Sunarta menilai, pendekatan keadilan saat ini telah bergeser. Hal itu terlihat dari bagaimana kritikan masyarakat saat kejaksaan membawa kasus Nenek Minah ke pengadilan karena mencuri tiga biji kakao. Ataupun perkara Rasminah, asisten rumah tangga yang mencuri enam buah piring atau kakek Samirin di Simalungun, yang melakukan pencurian getah karet dengan berat 1,9 kilogram dengan harga Rp17.000 kemudian didakwa dengan UU Perkebunan.

“Begitu banyak kasus-kasus ini menjadi viral, oleh karena bagi masyarakat, hukum tidak lagi untuk memroses terdakwa. Penumpukan beban perkara di pengadilan; Penjara yang menjadi penuh; serta orang-orang kecil seperti Samirin yang makan sehari-hari saja susah sehingga seringkali jatuh pada khilaf nafsu, melakukan perbuatan pidana, yang bahkan kadang tidak mereka sadari, kemudian harus mendekam di dalam sel tahanan berbulan-bulan,” paparnya.

Menurut Sunarta, mereka akan kehilangan pekerjaan, apalagi kesempatan untuk memberi makan anak dan istri yang ditinggalkan di rumah. Sampai perkara diputus akan ada banyak kerugian yang apabila dianalisis secara ekonomi maka kerugian yang timbul dibandingkan dengan keuntungan dalam penegakkan hukum sangat tidak efisien. Untuk itu, Sunarta menekankan bagi penegakkan hukum, ketidakefisienan hanya akan membawa pada kesengsaraan masyarakat. (Baca juga: Penerapan Digitalisasi Birokrasi Jadi Terobosan Kebijakan Kejagung)
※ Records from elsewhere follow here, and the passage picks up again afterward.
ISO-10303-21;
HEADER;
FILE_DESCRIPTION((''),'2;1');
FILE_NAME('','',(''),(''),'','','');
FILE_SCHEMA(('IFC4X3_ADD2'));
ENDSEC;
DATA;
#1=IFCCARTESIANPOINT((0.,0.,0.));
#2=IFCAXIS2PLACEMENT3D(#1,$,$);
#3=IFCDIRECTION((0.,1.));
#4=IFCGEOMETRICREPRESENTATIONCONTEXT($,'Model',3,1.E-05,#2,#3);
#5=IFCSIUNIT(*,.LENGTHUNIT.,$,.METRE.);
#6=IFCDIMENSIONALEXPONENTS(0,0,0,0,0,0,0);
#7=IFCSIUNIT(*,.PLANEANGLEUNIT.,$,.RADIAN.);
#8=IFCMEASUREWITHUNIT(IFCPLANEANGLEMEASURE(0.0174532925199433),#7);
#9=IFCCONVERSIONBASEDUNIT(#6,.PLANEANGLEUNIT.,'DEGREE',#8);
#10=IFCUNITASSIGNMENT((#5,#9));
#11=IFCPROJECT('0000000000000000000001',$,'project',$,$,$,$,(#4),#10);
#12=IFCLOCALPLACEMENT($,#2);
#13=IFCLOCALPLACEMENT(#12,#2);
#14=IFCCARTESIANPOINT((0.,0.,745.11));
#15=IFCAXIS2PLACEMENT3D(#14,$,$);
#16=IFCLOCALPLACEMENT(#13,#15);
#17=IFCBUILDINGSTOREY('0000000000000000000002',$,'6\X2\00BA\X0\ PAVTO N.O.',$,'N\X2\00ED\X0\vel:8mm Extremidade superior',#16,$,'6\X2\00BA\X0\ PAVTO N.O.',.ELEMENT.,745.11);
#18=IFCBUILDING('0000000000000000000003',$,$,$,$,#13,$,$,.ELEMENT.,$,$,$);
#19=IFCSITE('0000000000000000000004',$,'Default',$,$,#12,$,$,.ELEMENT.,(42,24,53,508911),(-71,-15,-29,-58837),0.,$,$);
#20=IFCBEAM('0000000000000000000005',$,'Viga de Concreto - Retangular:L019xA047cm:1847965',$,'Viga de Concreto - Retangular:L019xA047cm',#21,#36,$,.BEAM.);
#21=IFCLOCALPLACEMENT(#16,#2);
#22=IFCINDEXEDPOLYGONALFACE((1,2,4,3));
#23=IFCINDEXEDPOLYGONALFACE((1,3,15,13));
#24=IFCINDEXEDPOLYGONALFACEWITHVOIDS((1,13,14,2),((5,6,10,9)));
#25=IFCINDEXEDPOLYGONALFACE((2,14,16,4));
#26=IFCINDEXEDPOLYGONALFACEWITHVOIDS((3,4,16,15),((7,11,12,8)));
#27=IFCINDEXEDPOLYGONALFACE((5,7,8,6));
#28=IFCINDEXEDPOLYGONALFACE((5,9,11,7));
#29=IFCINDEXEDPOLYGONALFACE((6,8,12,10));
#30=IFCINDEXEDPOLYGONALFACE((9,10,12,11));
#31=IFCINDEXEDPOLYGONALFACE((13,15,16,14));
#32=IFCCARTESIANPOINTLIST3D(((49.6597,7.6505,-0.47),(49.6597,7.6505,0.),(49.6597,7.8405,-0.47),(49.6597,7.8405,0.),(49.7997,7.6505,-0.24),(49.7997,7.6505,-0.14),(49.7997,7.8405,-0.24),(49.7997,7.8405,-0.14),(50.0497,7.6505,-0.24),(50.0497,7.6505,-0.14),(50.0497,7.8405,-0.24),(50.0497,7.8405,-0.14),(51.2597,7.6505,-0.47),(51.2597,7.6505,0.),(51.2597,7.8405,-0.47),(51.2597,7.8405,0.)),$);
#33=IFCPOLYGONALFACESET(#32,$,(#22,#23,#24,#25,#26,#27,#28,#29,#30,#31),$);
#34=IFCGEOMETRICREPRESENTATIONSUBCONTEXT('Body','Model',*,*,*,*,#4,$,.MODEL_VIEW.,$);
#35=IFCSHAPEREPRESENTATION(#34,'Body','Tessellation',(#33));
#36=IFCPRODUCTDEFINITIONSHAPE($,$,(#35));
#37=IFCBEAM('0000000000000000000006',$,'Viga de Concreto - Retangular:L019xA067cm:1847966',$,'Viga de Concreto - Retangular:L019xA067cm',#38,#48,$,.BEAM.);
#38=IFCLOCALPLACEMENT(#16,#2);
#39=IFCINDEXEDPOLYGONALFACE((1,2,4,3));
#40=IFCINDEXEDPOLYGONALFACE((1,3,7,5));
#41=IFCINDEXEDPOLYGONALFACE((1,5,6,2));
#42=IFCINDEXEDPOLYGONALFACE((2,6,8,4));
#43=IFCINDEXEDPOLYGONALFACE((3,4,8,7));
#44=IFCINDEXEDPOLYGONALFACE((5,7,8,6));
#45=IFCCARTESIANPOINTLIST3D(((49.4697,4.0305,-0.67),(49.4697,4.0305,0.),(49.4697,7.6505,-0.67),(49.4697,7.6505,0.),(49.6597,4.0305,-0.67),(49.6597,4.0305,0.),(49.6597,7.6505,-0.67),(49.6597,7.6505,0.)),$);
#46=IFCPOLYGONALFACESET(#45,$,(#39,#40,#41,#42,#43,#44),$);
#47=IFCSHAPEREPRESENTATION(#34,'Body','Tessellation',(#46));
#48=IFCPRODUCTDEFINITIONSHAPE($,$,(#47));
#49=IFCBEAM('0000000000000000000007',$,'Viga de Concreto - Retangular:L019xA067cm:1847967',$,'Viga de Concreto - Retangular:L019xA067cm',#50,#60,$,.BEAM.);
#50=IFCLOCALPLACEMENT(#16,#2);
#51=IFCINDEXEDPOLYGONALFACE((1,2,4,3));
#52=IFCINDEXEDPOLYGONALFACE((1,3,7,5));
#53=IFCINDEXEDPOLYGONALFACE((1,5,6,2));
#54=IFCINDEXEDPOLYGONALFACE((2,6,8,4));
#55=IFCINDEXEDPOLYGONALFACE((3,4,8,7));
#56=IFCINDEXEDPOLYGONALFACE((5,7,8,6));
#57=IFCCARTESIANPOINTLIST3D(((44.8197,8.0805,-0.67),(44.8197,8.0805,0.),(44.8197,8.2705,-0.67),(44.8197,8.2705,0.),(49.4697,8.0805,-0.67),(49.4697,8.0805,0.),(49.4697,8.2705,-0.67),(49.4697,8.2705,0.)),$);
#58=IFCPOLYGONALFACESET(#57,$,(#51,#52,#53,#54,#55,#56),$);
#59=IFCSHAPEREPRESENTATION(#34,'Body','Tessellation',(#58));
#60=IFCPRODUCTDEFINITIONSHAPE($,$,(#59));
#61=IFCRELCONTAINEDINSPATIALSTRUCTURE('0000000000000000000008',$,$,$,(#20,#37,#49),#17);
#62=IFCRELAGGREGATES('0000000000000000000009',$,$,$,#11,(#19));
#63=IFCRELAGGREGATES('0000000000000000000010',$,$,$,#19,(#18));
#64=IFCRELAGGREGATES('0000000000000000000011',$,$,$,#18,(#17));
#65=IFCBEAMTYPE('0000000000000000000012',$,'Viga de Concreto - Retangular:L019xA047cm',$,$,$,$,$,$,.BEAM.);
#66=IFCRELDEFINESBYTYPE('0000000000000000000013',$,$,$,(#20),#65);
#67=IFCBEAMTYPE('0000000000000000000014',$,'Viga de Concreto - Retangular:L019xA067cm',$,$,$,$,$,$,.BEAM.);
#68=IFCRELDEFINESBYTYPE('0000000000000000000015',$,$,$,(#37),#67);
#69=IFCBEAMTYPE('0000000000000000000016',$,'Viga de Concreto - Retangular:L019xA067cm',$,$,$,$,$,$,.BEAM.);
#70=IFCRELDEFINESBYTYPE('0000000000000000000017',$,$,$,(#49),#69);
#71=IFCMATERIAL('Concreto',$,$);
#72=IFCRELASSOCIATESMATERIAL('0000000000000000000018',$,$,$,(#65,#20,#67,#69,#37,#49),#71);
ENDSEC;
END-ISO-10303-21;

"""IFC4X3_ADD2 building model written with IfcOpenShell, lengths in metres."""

from ifc_helpers import new_model, entity, si_unit, converted_unit, direction, frame, frame_2d, origin, place, context, subcontext, project, spatial, rectangle, extrude, boolean, source, transform, mapped, material, material_profile, profile_set, profile_usage, type_object, type_shapes, element, save


model = new_model("IFC4X3_ADD2")

# Units and contexts
model_context = context("Model", 3, precision=1e-05, world=origin(), true_north=direction((0.0, 1.0)))
body_context = subcontext(model_context, "Body", "Model", "MODEL_VIEW")
ifc_project = project(units=[si_unit("LENGTHUNIT", "METRE"), converted_unit("PLANEANGLEUNIT", "DEGREE", entity("IfcPlaneAngleMeasure", 0.0174532925199433), si_unit("PLANEANGLEUNIT", "RADIAN"), dimensions=[0, 0, 0, 0, 0, 0, 0])], contexts=[model_context])

# Site, building, storey
site_placement = place(None, origin())
site = spatial("IfcSite", under=ifc_project, at=site_placement, Name="Default", CompositionType="ELEMENT", RefLatitude=(42, 24, 53, 508911), RefLongitude=(-71, -15, -29, -58837), RefElevation=0.0)
building_placement = place(site_placement, origin())
building = spatial("IfcBuilding", under=site, at=building_placement, CompositionType="ELEMENT")
storey_placement = place(building_placement, frame((0.0, 0.0, 745.11)))
storey = spatial("IfcBuildingStorey", under=building, at=storey_placement, Name="6º PAVTO N.O.", ObjectType="Nível:8mm Extremidade superior", LongName="6º PAVTO N.O.", CompositionType="ELEMENT", Elevation=745.11)

# Beams
ifc_material = material(Name="Concreto")
ifc_material_profile_1 = material_profile(ifc_material, rectangle(XDim=0.47, YDim=0.19, at=frame_2d((0.0, 0.0), x_axis=(0.0, 1.0))), Name="L019xA047cm")
ifc_profile_set_1 = profile_set([ifc_material_profile_1], Name="L019xA047cm")
beam_type_1 = type_object("IfcBeamType", Name="Viga de Concreto - Retangular:L019xA047cm", PredefinedType="BEAM", material=ifc_profile_set_1)
shared_shape_1 = source(origin(), body_context, "Body", "CSG", [
    boolean("DIFFERENCE", extrude(rectangle(XDim=0.47, YDim=0.19, at=frame_2d((0.0, 0.0), x_axis=(0.0, 1.0))), frame((49.6597, 7.7455, 744.875), z_axis=(1.0, 0.0, 0.0), x_axis=(0.0, 1.0, 0.0)), (0.0, 0.0, 1.0), 1.6), extrude(rectangle(XDim=0.1, YDim=0.25, at=frame_2d((0.0, 0.0), x_axis=(0.0, 1.0))), frame((49.9247, 7.8405, 744.92), z_axis=(0.0, -1.0, 0.0), x_axis=(-1.0, 0.0, 0.0)), (0.0, 0.0, 1.0), 0.19)),
])
type_shapes(beam_type_1, [shared_shape_1])
beam_1_placement = place(storey_placement, frame((0.0, 0.0, -745.11)))
element("IfcBeam", 1, at=beam_1_placement, inside=storey, type_object=beam_type_1, material=ifc_material, Name="Viga de Concreto - Retangular:L019xA047cm:1847965", ObjectType="Viga de Concreto - Retangular:L019xA047cm", PredefinedType="BEAM", context=body_context, shape_type="MappedRepresentation", body=[
    mapped(shared_shape_1, transform((0.0, 0.0, 0.0), scale=1.0)),
])
ifc_material_profile_2 = material_profile(ifc_material, rectangle(XDim=0.67, YDim=0.19, at=frame_2d((0.0, 0.0), x_axis=(0.0, 1.0))), Name="L019xA067cm")
ifc_profile_set_2 = profile_set([ifc_material_profile_2], Name="L019xA067cm")
ifc_profile_usage_1 = profile_usage(ifc_profile_set_2, cardinal=8)
beam_type_2 = type_object("IfcBeamType", Name="Viga de Concreto - Retangular:L019xA067cm", PredefinedType="BEAM", material=ifc_profile_set_2)
shared_shape_2 = source(origin(), body_context, "Body", "SweptSolid", [
    extrude(rectangle(XDim=0.67, YDim=0.19, at=frame_2d((0.0, 0.0), x_axis=(0.0, 1.0))), frame((49.5647, 4.0305, 744.775), z_axis=(0.0, 1.0, 0.0), x_axis=(-1.0, 0.0, 0.0)), (0.0, 0.0, 1.0), 3.62),
])
type_shapes(beam_type_2, [shared_shape_2])
beam_2_placement = place(storey_placement, frame((0.0, 0.0, -745.11)))
element("IfcBeam", 2, at=beam_2_placement, inside=storey, type_object=beam_type_2, material=ifc_profile_usage_1, Name="Viga de Concreto - Retangular:L019xA067cm:1847966", ObjectType="Viga de Concreto - Retangular:L019xA067cm", PredefinedType="BEAM", context=body_context, shape_type="MappedRepresentation", body=[
    mapped(shared_shape_2, transform((0.0, 0.0, 0.0), scale=1.0)),
])
beam_type_3 = type_object("IfcBeamType", Name="Viga de Concreto - Retangular:L019xA067cm", PredefinedType="BEAM", material=ifc_profile_set_2)
shared_shape_3 = source(origin(), body_context, "Body", "SweptSolid", [
    extrude(rectangle(XDim=0.67, YDim=0.19, at=frame_2d((0.0, 0.0), x_axis=(1.0, 0.0))), frame((44.8197, 8.1755, 744.775), z_axis=(1.0, 0.0, 0.0), x_axis=(0.0, 0.0, -1.0)), (0.0, 0.0, 1.0), 4.65),
])
type_shapes(beam_type_3, [shared_shape_3])
beam_3_placement = place(storey_placement, frame((0.0, 0.0, -745.11)))
element("IfcBeam", 3, at=beam_3_placement, inside=storey, type_object=beam_type_3, material=ifc_profile_usage_1, Name="Viga de Concreto - Retangular:L019xA067cm:1847967", ObjectType="Viga de Concreto - Retangular:L019xA067cm", PredefinedType="BEAM", context=body_context, shape_type="MappedRepresentation", body=[
    mapped(shared_shape_3, transform((0.0, 0.0, 0.0), scale=1.0)),
])

save(model, "model.ifc")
Mengutip Prof Satjipto Rahardjo, Sunarta menuturkan hukum buatan manusia seharusnya tidak mereduksi kemuliaan dan hormat sebatas yang dikatakan dalam undang-undang. Sunarta menceritakan lahirnya Peraturan Kejaksaan Nomor 15/2020 tak lepas dari berbagai kritikan segenap lapisan masyarakat itu terhadap penanganan perkara Nenek Minah dan lainnya. Kritikan itu membuat Jaksa Agung merasa sudah saatnya penuntut umum menangkap suara keadilan di masyarakat dan menerapkan penghentian penuntutan terhadap perkara-perkara yang tidak layak di bawa ke pengadilan.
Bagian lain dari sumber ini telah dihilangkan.